Highway opens tomorrow Plans for overhead bridge coming

Date Published: 
20 Dec 2007

BY KERIL WRIGHT Observer West reporter 

MONTEGO BAY, St James - 

Both lanes of Segment 2A of the North Coast Highway, which runs from Greenside in Trelawny to the Sangster International Airport, will be opened to vehicular traffic tomorrow.

It is expected that the opening of the US$50.2 million roadway, which Minister of Transport and Works, Mike Henry, announced yesterday during a tour, will ease traffic congestion in the second city somewhat. 

"It’s ready to take traffic and the tourist season which begins December 15 is already underway so we are accommodating that,” Henry told the OBSERVER WEST during yesterday's tour of the roadway. The touring party included Minister of Tourism, Ed Bartlett and officials of the National Works Agency (NWA).
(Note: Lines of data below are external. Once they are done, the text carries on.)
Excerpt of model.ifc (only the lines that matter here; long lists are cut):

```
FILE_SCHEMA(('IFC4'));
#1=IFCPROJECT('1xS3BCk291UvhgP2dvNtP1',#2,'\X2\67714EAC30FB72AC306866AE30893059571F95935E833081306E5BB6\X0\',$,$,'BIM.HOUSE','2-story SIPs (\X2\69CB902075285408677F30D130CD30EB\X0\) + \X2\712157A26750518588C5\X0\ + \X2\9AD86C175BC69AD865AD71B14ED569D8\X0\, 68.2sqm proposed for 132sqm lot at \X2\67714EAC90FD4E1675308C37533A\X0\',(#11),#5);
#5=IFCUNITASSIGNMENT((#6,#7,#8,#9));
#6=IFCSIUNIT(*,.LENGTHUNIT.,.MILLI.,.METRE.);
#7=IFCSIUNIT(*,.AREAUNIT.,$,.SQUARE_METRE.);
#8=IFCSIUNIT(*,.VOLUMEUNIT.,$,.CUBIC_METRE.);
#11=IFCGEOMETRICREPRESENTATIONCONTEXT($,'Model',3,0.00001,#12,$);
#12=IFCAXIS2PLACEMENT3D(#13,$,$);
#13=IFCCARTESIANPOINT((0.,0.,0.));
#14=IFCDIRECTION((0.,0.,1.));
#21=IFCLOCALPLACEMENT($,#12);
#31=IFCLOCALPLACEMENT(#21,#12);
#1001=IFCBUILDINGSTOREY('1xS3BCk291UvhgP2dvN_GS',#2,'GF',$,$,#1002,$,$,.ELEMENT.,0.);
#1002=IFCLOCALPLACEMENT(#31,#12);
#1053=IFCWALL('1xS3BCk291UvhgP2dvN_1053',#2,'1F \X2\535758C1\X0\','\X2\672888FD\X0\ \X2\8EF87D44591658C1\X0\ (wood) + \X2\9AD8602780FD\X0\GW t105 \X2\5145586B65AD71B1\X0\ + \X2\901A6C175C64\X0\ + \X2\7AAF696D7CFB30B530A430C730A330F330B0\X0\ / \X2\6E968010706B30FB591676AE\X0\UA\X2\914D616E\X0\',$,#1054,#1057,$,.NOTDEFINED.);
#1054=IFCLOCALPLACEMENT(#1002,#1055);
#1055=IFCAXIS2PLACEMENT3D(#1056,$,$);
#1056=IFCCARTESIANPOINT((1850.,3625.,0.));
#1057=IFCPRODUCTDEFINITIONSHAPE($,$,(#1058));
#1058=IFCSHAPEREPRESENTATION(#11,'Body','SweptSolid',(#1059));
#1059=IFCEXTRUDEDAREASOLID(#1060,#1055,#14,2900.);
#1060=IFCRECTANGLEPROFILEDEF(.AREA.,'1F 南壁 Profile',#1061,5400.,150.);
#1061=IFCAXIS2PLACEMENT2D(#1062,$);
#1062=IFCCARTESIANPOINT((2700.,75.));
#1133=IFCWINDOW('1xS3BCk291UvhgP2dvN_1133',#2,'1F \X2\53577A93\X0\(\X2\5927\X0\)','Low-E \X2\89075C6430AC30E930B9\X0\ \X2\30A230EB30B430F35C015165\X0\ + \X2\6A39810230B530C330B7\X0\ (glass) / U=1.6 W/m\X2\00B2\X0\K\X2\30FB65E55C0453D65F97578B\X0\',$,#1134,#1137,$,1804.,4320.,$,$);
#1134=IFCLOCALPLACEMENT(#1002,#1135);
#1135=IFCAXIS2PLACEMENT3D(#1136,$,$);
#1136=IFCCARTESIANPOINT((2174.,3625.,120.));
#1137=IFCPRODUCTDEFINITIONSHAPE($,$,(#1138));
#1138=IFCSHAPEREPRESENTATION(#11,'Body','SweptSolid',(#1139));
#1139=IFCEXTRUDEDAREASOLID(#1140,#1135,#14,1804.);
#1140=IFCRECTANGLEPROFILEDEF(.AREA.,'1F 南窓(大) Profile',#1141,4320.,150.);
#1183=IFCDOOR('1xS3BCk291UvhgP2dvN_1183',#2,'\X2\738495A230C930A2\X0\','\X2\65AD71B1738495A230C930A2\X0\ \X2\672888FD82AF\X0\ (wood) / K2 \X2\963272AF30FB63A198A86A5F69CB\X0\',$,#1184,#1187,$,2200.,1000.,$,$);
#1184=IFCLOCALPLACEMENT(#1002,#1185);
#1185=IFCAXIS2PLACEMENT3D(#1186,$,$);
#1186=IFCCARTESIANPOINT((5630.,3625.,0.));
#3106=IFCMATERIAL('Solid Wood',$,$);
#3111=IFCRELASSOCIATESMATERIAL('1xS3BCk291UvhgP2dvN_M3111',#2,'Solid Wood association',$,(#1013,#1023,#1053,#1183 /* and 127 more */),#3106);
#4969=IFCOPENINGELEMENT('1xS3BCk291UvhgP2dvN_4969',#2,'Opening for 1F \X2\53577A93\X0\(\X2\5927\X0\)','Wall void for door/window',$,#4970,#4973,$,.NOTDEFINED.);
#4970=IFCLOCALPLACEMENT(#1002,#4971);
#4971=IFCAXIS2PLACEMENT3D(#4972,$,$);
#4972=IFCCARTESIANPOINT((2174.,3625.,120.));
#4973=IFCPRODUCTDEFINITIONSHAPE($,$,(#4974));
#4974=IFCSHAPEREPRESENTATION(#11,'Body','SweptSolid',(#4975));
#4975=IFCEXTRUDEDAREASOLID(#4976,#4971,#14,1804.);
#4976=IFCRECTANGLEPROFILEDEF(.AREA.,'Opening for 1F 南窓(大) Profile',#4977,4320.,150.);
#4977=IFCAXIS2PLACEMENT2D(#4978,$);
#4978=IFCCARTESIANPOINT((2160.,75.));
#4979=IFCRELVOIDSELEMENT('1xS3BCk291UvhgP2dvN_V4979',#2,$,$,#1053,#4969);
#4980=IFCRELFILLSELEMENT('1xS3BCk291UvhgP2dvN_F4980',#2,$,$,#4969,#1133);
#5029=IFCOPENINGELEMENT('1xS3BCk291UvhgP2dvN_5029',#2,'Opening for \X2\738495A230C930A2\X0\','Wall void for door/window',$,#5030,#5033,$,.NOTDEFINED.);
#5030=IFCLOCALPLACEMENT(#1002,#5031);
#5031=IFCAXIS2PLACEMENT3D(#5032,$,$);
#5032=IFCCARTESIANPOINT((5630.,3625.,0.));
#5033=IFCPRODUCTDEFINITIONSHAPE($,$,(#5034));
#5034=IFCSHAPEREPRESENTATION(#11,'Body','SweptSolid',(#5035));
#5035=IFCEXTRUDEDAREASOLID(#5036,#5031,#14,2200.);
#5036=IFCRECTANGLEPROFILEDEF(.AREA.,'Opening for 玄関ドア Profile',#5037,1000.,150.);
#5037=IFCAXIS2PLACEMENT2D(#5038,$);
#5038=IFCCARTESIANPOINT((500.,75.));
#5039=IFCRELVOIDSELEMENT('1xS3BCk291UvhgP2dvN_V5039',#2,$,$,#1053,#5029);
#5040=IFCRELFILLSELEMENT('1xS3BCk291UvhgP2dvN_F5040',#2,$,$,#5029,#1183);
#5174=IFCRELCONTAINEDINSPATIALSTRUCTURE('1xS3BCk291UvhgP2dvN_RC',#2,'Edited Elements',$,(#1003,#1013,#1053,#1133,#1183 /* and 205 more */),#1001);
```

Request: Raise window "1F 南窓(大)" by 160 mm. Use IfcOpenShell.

```python
import numpy as np
import ifcopenshell
import ifcopenshell.api.geometry
import ifcopenshell.util.placement
import ifcopenshell.util.unit

model = ifcopenshell.open("model.ifc")
unit_scale = ifcopenshell.util.unit.calculate_unit_scale(model)

window = model.by_guid("1xS3BCk291UvhgP2dvN_1133")
opening = window.FillsVoids[0].RelatingOpeningElement
dz = 160.0

shift = np.array([0.0, 0.0, dz])
# The window is not placed relative to its opening, so move both.
for product in (opening, window):
    matrix = ifcopenshell.util.placement.get_local_placement(product.ObjectPlacement)
    matrix[:3, 3] += shift
    ifcopenshell.api.geometry.edit_object_placement(model, product=product, matrix=matrix, is_si=False)

print(f"moved by {dz * unit_scale:+.3f} m")

model.write("model_rev.ifc")
```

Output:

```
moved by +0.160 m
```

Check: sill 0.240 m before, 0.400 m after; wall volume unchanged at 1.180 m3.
Traffic congestion in the city has increased in the run up to the start of the winter tourist season, with long lines of traffic starting at the airport round-a-bout through to Rose Hall — home of several of the resort city’s major hotels.

"Where we are is going to be fully opened to traffic to Montego Bay Friday," Henry said yesterday, as he indicated the blockades in the vicinity of Sea Castles and the John Rollins Success Primary School.

Henry noted that he had called for an overhead foot path for this section of the road in light of the proximity of the primary school, situated adjacent to the highway, where one child has already been killed in a traffic accident.

"I have called for the design of an overhead footpath," Henry told reporters yesterday. He said that it was unlikely that this overhead bridge would be in place by January, for the start of the new school year, but noted that proper traffic signals would be in place by then.

"The traffic extensions will be in before school opens," he stated. "And work on the overhead bridge will be done as far as is humanly possible," he told the OBSERVER WEST. In addition, he said, they would be willing to engage additional traffic wardens to ensure the safety of the children in the area.

The attendant infrastructure, Henry said, such as the installation of streetlights, the completion of the drains and beautification of the medians would follow in short order.